(Dataset items)
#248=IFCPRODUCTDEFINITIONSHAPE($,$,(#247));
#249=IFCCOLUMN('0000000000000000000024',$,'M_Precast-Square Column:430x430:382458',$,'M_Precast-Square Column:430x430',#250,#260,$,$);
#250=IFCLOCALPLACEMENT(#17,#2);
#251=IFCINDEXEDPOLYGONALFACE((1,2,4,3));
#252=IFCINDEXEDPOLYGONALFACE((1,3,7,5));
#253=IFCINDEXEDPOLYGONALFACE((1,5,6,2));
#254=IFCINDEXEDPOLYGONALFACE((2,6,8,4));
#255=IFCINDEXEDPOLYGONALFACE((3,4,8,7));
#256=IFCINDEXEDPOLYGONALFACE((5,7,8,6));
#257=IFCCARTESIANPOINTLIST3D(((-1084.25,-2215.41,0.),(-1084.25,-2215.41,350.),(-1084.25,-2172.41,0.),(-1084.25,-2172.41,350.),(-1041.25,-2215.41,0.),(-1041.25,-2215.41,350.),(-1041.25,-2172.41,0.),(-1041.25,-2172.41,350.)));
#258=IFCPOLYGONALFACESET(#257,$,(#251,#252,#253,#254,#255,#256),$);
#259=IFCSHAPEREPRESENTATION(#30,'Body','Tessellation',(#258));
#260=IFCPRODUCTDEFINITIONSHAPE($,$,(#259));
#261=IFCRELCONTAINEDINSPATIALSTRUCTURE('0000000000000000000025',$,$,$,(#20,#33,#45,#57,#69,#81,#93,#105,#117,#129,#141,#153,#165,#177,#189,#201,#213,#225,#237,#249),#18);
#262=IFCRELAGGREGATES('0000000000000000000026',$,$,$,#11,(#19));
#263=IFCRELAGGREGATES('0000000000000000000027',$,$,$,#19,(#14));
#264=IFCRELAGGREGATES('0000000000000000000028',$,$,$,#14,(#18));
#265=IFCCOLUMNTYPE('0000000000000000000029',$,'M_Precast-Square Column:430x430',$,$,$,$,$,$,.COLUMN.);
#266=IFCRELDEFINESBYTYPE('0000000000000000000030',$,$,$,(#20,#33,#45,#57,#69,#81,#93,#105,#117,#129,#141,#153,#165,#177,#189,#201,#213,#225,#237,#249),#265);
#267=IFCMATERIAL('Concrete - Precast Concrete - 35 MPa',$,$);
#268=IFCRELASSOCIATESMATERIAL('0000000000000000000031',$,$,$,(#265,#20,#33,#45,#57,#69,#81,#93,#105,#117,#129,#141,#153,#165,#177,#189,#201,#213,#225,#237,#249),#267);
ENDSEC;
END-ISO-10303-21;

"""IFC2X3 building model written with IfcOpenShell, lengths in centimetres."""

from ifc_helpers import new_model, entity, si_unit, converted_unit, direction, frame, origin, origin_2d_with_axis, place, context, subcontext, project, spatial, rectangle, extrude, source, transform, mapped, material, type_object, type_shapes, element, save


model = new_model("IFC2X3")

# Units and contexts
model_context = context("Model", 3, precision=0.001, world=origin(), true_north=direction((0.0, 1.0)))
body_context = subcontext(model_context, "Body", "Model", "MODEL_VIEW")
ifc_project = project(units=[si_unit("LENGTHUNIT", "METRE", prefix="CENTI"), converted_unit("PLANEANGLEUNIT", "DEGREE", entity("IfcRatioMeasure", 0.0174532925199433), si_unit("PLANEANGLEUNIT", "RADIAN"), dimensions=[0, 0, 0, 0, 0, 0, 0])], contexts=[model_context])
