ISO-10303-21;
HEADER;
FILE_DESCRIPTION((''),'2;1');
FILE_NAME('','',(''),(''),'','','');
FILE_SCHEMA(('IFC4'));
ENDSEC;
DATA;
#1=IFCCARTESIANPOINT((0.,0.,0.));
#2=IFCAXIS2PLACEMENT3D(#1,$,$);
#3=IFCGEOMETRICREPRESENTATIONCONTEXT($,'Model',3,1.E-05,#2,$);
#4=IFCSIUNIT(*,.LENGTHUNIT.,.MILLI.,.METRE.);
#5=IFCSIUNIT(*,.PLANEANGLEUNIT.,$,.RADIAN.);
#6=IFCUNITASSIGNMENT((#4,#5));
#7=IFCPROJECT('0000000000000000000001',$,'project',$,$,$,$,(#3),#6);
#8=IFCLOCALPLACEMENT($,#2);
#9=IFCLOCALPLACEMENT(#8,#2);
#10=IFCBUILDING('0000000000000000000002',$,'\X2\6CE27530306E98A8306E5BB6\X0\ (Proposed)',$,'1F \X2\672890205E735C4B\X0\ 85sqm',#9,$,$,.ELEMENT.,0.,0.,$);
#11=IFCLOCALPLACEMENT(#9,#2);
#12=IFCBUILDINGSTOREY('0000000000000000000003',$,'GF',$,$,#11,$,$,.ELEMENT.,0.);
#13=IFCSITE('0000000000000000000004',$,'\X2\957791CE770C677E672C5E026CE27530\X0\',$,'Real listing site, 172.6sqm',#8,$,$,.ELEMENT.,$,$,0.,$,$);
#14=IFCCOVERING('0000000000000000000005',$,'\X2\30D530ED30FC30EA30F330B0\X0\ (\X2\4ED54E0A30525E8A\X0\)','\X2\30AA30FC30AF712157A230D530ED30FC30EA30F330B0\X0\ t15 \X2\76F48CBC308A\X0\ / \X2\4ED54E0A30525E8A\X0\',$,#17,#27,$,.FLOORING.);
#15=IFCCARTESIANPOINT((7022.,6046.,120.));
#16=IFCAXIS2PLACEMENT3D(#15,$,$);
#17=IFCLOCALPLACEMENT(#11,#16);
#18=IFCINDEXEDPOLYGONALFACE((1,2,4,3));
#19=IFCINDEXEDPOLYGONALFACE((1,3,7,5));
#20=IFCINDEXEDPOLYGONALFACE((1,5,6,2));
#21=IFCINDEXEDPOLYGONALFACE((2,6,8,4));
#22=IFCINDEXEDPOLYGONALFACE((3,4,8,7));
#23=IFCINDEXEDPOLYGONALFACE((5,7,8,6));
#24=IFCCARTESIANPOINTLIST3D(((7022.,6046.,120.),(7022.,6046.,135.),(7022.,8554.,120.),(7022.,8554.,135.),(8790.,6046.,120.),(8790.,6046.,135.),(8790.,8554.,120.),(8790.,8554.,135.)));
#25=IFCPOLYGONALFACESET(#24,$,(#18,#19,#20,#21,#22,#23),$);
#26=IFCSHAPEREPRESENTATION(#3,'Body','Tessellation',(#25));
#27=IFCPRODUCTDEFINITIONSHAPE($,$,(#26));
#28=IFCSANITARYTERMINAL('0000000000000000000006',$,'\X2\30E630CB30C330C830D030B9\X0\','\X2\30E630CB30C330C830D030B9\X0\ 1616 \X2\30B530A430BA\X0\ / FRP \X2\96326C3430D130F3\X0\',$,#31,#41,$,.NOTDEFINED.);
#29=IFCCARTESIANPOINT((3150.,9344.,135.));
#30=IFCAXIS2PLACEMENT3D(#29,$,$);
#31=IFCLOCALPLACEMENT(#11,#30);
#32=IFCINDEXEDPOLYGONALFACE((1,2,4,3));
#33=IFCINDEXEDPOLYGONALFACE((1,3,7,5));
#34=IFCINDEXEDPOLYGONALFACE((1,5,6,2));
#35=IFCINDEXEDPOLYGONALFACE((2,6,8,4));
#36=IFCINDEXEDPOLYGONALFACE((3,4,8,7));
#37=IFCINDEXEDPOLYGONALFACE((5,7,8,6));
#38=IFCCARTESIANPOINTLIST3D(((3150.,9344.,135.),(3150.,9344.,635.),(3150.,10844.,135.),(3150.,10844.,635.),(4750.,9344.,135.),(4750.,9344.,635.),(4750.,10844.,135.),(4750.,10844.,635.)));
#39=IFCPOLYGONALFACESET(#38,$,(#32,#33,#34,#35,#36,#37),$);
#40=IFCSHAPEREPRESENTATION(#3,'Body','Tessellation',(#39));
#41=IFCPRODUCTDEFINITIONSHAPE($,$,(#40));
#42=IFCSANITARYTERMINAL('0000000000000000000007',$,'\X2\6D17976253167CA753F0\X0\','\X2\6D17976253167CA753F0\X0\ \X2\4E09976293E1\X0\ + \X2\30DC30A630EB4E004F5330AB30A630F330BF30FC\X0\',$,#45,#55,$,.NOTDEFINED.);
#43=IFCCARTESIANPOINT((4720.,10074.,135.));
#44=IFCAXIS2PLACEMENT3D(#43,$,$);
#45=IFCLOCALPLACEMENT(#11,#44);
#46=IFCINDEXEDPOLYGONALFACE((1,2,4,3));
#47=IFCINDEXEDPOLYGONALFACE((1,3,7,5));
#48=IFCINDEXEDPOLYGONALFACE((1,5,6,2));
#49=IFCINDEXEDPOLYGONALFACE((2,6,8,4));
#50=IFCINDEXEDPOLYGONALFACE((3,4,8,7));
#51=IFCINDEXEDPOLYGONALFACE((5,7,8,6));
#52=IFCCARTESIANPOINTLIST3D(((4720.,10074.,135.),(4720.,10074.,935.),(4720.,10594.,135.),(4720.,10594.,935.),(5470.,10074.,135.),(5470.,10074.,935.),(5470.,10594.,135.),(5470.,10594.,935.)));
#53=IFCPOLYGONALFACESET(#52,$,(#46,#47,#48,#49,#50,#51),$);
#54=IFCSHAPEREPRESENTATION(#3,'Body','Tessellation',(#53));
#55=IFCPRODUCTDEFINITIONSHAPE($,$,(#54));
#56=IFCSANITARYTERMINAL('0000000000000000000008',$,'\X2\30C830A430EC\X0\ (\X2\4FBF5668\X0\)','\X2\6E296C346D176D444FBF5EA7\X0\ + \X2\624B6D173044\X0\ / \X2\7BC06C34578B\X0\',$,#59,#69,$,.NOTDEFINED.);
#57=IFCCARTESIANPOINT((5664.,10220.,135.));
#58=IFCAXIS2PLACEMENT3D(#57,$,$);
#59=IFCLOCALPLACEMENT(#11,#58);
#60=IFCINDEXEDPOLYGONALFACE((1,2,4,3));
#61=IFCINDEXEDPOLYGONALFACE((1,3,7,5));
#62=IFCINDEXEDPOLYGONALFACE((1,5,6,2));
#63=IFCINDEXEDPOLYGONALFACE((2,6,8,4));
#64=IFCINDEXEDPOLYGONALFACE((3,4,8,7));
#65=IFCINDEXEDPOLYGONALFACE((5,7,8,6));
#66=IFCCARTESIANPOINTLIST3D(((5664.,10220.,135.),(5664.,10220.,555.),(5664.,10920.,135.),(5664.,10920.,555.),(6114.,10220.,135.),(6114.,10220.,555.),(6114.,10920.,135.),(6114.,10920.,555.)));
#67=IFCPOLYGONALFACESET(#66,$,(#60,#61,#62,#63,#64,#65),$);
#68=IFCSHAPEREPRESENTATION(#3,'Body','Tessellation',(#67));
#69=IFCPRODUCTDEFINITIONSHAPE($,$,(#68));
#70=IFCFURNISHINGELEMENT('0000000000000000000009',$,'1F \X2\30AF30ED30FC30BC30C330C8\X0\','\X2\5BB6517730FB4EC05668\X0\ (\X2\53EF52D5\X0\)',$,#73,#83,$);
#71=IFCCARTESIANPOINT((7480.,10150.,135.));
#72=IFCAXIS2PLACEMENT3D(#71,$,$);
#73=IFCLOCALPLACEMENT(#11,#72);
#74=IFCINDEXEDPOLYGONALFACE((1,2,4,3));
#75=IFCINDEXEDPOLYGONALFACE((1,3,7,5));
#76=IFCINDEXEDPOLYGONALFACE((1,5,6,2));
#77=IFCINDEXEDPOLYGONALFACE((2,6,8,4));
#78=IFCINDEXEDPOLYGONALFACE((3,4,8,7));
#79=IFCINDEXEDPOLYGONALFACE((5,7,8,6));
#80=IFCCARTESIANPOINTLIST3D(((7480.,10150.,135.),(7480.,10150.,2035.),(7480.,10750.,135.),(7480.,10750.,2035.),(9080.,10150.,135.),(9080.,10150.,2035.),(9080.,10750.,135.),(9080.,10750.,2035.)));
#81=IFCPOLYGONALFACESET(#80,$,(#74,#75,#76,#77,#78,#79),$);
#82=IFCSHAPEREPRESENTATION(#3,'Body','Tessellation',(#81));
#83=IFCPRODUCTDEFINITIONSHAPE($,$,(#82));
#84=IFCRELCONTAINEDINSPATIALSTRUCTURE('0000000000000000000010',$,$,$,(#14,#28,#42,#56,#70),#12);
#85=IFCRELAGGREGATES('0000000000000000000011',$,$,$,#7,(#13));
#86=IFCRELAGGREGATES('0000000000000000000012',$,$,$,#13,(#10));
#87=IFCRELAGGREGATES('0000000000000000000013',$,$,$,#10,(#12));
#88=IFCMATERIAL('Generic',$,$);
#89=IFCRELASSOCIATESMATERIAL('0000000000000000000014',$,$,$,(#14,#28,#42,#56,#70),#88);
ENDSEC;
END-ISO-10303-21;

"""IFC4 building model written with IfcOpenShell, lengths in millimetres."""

from ifc_helpers import new_model, si_unit, frame, frame_2d, origin, place, context, project, spatial, rectangle, extrude, material, element, save


model = new_model("IFC4")

# Units and contexts
model_context = context("Model", 3, precision=1e-05, world=origin())
ifc_project = project(units=[si_unit("LENGTHUNIT", "METRE", prefix="MILLI"), si_unit("PLANEANGLEUNIT", "RADIAN")], contexts=[model_context])

# Site, building, storey
site_placement = place(None, origin())
site = spatial("IfcSite", under=ifc_project, at=site_placement, Name="長野県松本市波田", ObjectType="Real listing site, 172.6sqm", CompositionType="ELEMENT", RefElevation=0.0)
building_placement = place(site_placement, origin())
building = spatial("IfcBuilding", under=site, at=building_placement, Name="波田の風の家 (Proposed)", ObjectType="1F 木造平屋 85sqm", CompositionType="ELEMENT", ElevationOfRefHeight=0.0, ElevationOfTerrain=0.0)
storey_placement = place(building_placement, origin())
storey = spatial("IfcBuildingStorey", under=building, at=storey_placement, Name="GF", CompositionType="ELEMENT", Elevation=0.0)

# Covering
ifc_material_1 = material(Name="Generic")
covering_1_placement = place(storey_placement, frame((7022.0, 6046.0, 120.0)))
element("IfcCovering", 1, at=covering_1_placement, inside=storey, material=ifc_material_1, Name="フローリング (仕上げ床)", Description="オーク無垢フローリング t15 直貼り / 仕上げ床", PredefinedType="FLOORING", context=model_context, shape_type="SweptSolid", body=[
    extrude(rectangle(XDim=1768.0, YDim=2508.0, at=frame_2d((884.0, 1254.0))), frame((7022.0, 6046.0, 120.0)), (0.0, 0.0, 1.0), 15.0),
])

# Sanitary terminals
sanitary_terminal_1_placement = place(storey_placement, frame((3150.0, 9344.0, 135.0)))
element("IfcSanitaryTerminal", 2, at=sanitary_terminal_1_placement, inside=storey, material=ifc_material_1, Name="ユニットバス", Description="ユニットバス 1616 サイズ / FRP 防水パン", PredefinedType="NOTDEFINED", context=model_context, shape_type="SweptSolid", body=[
    extrude(rectangle(XDim=1600.0, YDim=1500.0, at=frame_2d((800.0, 750.0))), frame((3150.0, 9344.0, 135.0)), (0.0, 0.0, 1.0), 500.0),
])
sanitary_terminal_2_placement = place(storey_placement, frame((4720.0, 10074.0, 135.0)))
element("IfcSanitaryTerminal", 3, at=sanitary_terminal_2_placement, inside=storey, material=ifc_material_1, Name="洗面化粧台", Description="洗面化粧台 三面鏡 + ボウル一体カウンター", PredefinedType="NOTDEFINED", context=model_context, shape_type="SweptSolid", body=[
    extrude(rectangle(XDim=750.0, YDim=520.0, at=frame_2d((375.0, 260.0))), frame((4720.0, 10074.0, 135.0)), (0.0, 0.0, 1.0), 800.0),
])
sanitary_terminal_3_placement = place(storey_placement, frame((5664.0, 10220.0, 135.0)))
element("IfcSanitaryTerminal", 4, at=sanitary_terminal_3_placement, inside=storey, material=ifc_material_1, Name="トイレ (便器)", Description="温水洗浄便座 + 手洗い / 節水型", PredefinedType="NOTDEFINED", context=model_context, shape_type="SweptSolid", body=[
    extrude(rectangle(XDim=450.0, YDim=700.0, at=frame_2d((225.0, 350.0))), frame((5664.0, 10220.0, 135.0)), (0.0, 0.0, 1.0), 420.0),
])

# Furnishing element
furnishing_placement = place(storey_placement, frame((7480.0, 10150.0, 135.0)))
element("IfcFurnishingElement", 5, at=furnishing_placement, inside=storey, material=ifc_material_1, Name="1F クローゼット", Description="家具・什器 (可動)", context=model_context, shape_type="SweptSolid", body=[
    extrude(rectangle(XDim=1600.0, YDim=600.0, at=frame_2d((800.0, 300.0))), frame((7480.0, 10150.0, 135.0)), (0.0, 0.0, 1.0), 1900.0),
])

save(model, "model.ifc")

*EXERCISE*. Could you please retype the lines from the start of the data through the line with "#251=IFCINDEXEDPOLYGONALFACE((1,2,4,3));", both included, and nothing else?

*EXERCISE ANSWER*.
#248=IFCPRODUCTDEFINITIONSHAPE($,$,(#247));
#249=IFCCOLUMN('0000000000000000000024',$,'M_Precast-Square Column:430x430:382458',$,'M_Precast-Square Column:430x430',#250,#260,$,$);
#250=IFCLOCALPLACEMENT(#17,#2);
#251=IFCINDEXEDPOLYGONALFACE((1,2,4,3));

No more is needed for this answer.